Percepções comungadas
· A Ciência vem
demonstrando que o estado de dilapidação do planeta Terra e o agravamento das
mudanças climáticas foram provocados pela ação humana recente (Antropoceno). O
conjunto de ações que conduziram o planeta à situação presente foi baseado em
uma mentalidade dominante que acreditava e agia como se o ser humano fosse algo
isolado das complexas relações que possibilitam a vida. Nossos fundamentos
sagrados, no entanto, encontram uma forte convergência na percepção de que o ser
humano é tão importante no planeta Terra (Mamapacha, Irê, Casa Comum) quanto os
outros entes animados e não animados que aqui vivem. A interdependência entre
todos os seres é a consciência que devemos promover em nossas comunidades,
se quisermos propiciar uma transformação ética e comportamental sistemática e
planetária.
· Consideramos que
enquanto a lógica da competição dominar a vida humana em sociedade e prevalecer
na base das razões dos Estados e nos campos de negociação da diplomacia global,
pouco ou nenhum avanço conseguiremos no sentido de tornar a vida planetária mais
justa e segura. Baseados em nossos fundamentos sagrados comungamos a ideia de
que o espírito de colaboração e cooperação pavimentam o caminho de uma vida em
sociedade mais saudável e digna para todos e cada um dos nós, em harmonia com o
ambiente e nossas diferenças intrínsecas. O espírito de colaboração e
responsabilidade compartilhada é o que devemos promover em nossas
comunidades, se quisermos propiciar a sustentabilidade da comunidade e do
planeta, onde cada pessoa conhece e defende os seus direitos, aceita e se
compromete com as suas responsabilidades.
· Entendemos que para a
mobilização das nossas comunidades em torno do tema das mudanças climáticas
devamos nos aproximar da Ciência e dos Saberes Tradicionais com igualdade de
respeito e valoração. Cada uma destas formas de produção de conhecimento, à sua
maneira, nos oferece evidências do estado atual do planeta e os horizontes
possíveis para ações transformadoras.
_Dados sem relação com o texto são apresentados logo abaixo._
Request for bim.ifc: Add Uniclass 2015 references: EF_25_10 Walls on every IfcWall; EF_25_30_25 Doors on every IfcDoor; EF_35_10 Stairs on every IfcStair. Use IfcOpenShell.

First a look at what the model holds.

```python
import ifcopenshell

model = ifcopenshell.open("bim.ifc")
print(model.schema)
print("classifications:", [c.Name for c in model.by_type("IfcClassification")])
for ifc_class in ("IfcDoor", "IfcRoof", "IfcStair", "IfcWall", "IfcWindow"):
    print(ifc_class, len(model.by_type(ifc_class)))
```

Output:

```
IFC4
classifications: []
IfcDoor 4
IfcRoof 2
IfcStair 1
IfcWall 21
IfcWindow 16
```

```python
import ifcopenshell
import ifcopenshell.api.classification

model = ifcopenshell.open("bim.ifc")

system = ifcopenshell.api.classification.add_classification(model, classification="Uniclass 2015")

codes = {
    "IfcWall": ("EF_25_10", "Walls"),
    "IfcDoor": ("EF_25_30_25", "Doors"),
    "IfcStair": ("EF_35_10", "Stairs"),
}
for ifc_class, (code, name) in codes.items():
    products = model.by_type(ifc_class)
    ifcopenshell.api.classification.add_reference(
        model, products=products, classification=system, identification=code, name=name
    )
    print(code, len(products))

model.write("bim-out.ifc")
```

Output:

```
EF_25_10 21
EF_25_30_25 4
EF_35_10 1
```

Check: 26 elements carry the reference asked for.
Nossas experiências com ações sociais e
educativas desenvolvidas em nossas comunidades demonstram que percepções e
conceitos são melhor compreendidos e assimilados quando apresentados a partir de
experiências vividas. Assumimos o compromisso de expressar as discussões
sobre mudanças climáticas em uma linguagem que faça sentido para nossas
comunidades e que nos permita refletir sobre como podemos transformar nossos
modos de vida, promovendo sensibilização e mobilização efetiva sobre o
tema.
· Consideramos a
juventude o grande ator potencial da transformação de que necessitamos. As
gerações passadas, incluindo-se a nossa, agiram equivocada e inconsequentemente,
e disto estamos conscientes. Os jovens das nossas comunidades são os principais
agentes da transformação desejada e aqueles que construirão — assim o esperamos
— um planeta mais saudável para acolher os sonhos e as aspirações humanas.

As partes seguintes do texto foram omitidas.